The problem: Among the entries below, find the line with "#189=IFCMATERIAL('Amanco PPR',$,$);", then quote it and each following line up to and including the line with "material, type_object, element, save", and nothing else.

Top of Dataset extract

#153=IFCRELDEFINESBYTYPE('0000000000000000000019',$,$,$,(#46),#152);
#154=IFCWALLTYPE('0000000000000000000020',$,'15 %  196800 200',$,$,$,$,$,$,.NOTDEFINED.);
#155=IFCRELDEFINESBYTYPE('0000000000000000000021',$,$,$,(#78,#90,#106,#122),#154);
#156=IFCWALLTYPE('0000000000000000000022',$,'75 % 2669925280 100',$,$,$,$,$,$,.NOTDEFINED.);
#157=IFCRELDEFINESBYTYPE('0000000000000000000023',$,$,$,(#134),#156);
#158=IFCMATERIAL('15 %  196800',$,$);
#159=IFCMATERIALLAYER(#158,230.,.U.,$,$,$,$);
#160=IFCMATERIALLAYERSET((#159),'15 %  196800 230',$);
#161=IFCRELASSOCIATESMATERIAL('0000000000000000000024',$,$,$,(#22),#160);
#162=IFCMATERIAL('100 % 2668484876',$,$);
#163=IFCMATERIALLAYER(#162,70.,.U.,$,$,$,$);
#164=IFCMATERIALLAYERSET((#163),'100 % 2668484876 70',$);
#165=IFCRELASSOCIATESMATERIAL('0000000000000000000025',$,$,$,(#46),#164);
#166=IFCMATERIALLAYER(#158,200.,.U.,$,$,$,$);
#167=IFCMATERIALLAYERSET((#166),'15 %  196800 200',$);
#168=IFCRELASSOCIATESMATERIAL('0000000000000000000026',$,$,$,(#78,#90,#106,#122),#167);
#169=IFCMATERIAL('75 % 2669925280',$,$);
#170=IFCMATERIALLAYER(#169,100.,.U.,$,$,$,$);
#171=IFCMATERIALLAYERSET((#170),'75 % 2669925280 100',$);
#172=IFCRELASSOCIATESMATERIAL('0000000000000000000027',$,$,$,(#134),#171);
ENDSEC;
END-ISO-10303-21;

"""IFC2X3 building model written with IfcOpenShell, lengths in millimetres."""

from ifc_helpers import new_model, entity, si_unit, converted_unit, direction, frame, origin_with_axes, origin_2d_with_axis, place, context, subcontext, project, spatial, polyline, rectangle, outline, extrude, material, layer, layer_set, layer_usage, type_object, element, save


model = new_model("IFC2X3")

Bottom of Dataset extract
Top of Dataset extract

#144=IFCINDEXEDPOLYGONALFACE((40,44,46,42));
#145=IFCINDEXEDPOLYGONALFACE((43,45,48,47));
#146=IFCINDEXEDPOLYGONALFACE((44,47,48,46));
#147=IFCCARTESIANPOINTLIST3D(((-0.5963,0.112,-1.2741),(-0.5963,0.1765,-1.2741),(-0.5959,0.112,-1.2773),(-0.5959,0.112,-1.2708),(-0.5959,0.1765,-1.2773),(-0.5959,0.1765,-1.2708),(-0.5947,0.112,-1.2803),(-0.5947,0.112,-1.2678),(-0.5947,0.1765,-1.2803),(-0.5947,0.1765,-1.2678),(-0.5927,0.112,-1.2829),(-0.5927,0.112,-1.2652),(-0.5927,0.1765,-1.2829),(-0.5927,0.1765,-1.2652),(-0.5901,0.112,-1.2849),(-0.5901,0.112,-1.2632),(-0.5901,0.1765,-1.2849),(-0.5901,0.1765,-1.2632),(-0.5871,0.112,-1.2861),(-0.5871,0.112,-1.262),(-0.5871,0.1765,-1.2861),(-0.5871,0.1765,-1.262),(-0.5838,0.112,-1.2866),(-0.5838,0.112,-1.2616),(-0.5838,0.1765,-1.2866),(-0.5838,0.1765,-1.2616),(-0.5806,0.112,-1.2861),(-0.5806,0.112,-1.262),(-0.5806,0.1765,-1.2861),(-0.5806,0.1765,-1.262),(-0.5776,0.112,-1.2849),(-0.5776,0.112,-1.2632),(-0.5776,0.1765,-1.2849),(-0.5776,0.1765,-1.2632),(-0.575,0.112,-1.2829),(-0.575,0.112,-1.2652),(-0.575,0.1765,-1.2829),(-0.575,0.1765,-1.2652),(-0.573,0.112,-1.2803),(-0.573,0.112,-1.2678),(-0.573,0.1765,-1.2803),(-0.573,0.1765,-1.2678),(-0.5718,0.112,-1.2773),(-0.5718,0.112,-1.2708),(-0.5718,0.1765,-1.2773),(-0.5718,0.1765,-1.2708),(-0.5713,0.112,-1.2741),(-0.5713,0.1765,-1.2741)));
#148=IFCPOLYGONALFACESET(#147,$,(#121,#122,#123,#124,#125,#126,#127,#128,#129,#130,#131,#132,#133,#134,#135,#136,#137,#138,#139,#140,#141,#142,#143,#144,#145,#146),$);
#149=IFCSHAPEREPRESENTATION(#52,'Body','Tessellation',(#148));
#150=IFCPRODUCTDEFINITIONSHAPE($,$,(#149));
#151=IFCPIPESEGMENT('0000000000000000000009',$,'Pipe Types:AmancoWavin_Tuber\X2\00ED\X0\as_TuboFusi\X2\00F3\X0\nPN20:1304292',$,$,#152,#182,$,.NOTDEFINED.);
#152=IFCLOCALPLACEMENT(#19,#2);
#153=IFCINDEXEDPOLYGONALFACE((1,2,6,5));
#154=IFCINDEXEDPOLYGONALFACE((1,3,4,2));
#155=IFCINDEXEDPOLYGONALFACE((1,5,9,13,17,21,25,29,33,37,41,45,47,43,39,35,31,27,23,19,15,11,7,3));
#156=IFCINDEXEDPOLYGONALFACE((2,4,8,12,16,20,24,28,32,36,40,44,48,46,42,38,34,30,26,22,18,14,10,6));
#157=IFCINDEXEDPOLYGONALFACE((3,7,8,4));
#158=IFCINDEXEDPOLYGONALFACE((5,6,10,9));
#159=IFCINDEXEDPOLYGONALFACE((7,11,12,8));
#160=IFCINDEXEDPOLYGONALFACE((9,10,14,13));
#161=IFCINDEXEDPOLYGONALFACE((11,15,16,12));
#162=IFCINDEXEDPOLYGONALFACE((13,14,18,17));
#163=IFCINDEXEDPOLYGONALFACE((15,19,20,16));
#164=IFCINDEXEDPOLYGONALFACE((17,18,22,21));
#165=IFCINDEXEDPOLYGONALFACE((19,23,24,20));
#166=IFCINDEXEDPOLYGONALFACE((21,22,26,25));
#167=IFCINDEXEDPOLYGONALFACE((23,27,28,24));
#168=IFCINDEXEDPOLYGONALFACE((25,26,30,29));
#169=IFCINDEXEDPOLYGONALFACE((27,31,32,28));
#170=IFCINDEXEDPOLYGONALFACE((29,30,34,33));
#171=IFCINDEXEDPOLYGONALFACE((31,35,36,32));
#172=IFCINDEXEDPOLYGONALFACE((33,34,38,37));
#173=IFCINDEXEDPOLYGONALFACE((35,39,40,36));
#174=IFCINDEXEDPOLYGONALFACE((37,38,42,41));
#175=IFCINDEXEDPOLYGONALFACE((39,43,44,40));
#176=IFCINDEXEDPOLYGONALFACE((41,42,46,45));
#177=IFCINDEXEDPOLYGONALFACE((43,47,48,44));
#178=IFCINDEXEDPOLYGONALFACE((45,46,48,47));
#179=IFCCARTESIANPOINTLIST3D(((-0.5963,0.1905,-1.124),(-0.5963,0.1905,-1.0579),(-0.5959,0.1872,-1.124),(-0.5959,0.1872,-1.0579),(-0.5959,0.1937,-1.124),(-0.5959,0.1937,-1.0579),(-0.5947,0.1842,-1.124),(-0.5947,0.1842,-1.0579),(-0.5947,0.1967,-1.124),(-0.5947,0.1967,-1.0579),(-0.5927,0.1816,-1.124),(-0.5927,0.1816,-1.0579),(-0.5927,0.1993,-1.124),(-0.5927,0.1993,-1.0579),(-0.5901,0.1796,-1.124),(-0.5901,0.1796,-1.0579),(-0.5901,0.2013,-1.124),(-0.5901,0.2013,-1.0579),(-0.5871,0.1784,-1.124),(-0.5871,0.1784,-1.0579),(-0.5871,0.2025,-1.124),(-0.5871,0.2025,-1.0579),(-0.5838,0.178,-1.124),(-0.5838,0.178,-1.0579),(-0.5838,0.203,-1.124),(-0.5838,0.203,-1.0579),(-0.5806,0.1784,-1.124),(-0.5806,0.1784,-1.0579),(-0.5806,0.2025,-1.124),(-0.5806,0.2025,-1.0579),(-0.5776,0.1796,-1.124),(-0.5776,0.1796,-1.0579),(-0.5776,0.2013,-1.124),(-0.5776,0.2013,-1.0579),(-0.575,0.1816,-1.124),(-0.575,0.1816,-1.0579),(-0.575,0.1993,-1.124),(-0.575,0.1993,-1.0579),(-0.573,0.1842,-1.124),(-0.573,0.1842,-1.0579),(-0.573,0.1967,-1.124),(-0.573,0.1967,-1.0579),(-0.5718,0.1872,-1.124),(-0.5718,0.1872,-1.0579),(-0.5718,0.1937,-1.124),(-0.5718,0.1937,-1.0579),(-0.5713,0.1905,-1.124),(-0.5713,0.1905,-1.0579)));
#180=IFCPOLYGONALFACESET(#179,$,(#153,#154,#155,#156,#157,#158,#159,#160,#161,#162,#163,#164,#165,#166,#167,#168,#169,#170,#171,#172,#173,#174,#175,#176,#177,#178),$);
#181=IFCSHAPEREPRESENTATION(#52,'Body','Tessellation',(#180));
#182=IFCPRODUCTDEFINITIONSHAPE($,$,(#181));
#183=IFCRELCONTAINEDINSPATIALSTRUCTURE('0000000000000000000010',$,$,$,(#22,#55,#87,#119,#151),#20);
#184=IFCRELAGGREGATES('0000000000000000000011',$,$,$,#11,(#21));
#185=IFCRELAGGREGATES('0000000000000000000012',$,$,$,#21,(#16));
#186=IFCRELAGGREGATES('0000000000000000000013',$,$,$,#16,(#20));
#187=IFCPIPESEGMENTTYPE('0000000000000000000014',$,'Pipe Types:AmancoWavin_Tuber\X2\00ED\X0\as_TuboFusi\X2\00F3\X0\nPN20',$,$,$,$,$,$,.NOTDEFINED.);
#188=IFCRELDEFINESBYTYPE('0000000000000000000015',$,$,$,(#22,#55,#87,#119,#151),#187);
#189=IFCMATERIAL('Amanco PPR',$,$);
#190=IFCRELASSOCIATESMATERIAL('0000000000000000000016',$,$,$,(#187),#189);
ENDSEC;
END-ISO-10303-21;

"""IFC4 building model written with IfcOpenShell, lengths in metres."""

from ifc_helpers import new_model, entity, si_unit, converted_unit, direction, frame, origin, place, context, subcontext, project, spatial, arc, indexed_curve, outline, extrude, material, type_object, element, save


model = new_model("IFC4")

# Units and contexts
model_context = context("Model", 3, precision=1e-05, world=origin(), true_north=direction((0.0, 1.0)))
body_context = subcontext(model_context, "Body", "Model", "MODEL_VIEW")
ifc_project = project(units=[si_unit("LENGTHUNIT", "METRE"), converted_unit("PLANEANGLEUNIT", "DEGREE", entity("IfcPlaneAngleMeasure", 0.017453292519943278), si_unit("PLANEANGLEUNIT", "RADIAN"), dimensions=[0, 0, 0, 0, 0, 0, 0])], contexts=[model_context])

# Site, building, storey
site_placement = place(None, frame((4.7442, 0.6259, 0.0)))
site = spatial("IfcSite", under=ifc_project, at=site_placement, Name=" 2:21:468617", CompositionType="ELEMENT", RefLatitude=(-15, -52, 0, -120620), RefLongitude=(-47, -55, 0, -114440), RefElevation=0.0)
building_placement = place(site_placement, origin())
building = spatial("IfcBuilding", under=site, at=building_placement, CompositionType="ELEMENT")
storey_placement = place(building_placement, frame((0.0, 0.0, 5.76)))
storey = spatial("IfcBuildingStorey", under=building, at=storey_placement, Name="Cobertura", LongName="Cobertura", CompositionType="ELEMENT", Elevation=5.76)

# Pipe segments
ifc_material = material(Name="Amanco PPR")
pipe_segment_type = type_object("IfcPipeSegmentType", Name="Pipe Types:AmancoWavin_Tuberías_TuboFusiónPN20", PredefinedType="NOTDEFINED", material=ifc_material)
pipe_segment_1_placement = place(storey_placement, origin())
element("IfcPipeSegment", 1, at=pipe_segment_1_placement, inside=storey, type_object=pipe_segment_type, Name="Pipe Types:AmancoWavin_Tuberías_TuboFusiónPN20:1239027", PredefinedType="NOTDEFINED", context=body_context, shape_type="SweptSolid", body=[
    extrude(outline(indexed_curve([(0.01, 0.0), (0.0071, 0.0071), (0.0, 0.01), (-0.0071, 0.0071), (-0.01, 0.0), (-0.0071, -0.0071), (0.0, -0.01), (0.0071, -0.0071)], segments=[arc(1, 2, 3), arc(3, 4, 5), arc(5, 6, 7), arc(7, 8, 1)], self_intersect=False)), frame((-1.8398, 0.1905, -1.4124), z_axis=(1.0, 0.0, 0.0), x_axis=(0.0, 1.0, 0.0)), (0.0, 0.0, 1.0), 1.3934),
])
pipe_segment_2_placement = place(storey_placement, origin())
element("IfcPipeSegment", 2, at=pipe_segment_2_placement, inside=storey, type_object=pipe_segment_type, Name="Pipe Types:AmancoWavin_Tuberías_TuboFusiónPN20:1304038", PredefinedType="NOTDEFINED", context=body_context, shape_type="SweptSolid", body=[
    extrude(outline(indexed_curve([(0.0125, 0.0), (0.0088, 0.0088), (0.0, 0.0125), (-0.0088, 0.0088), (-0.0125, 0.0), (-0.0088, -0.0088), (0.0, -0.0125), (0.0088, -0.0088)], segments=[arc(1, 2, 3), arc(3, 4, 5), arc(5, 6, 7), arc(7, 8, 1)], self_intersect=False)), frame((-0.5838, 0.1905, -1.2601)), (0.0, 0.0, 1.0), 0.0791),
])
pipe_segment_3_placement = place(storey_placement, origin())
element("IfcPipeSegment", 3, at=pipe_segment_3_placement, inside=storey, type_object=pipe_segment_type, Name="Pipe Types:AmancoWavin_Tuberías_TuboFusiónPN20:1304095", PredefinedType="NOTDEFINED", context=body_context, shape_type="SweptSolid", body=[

Bottom of Dataset extract

Expected answer:
#189=IFCMATERIAL('Amanco PPR',$,$);
#190=IFCRELASSOCIATESMATERIAL('0000000000000000000016',$,$,$,(#187),#189);
ENDSEC;
END-ISO-10303-21;

"""IFC4 building model written with IfcOpenShell, lengths in metres."""

from ifc_helpers import new_model, entity, si_unit, converted_unit, direction, frame, origin, place, context, subcontext, project, spatial, arc, indexed_curve, outline, extrude, material, type_object, element, save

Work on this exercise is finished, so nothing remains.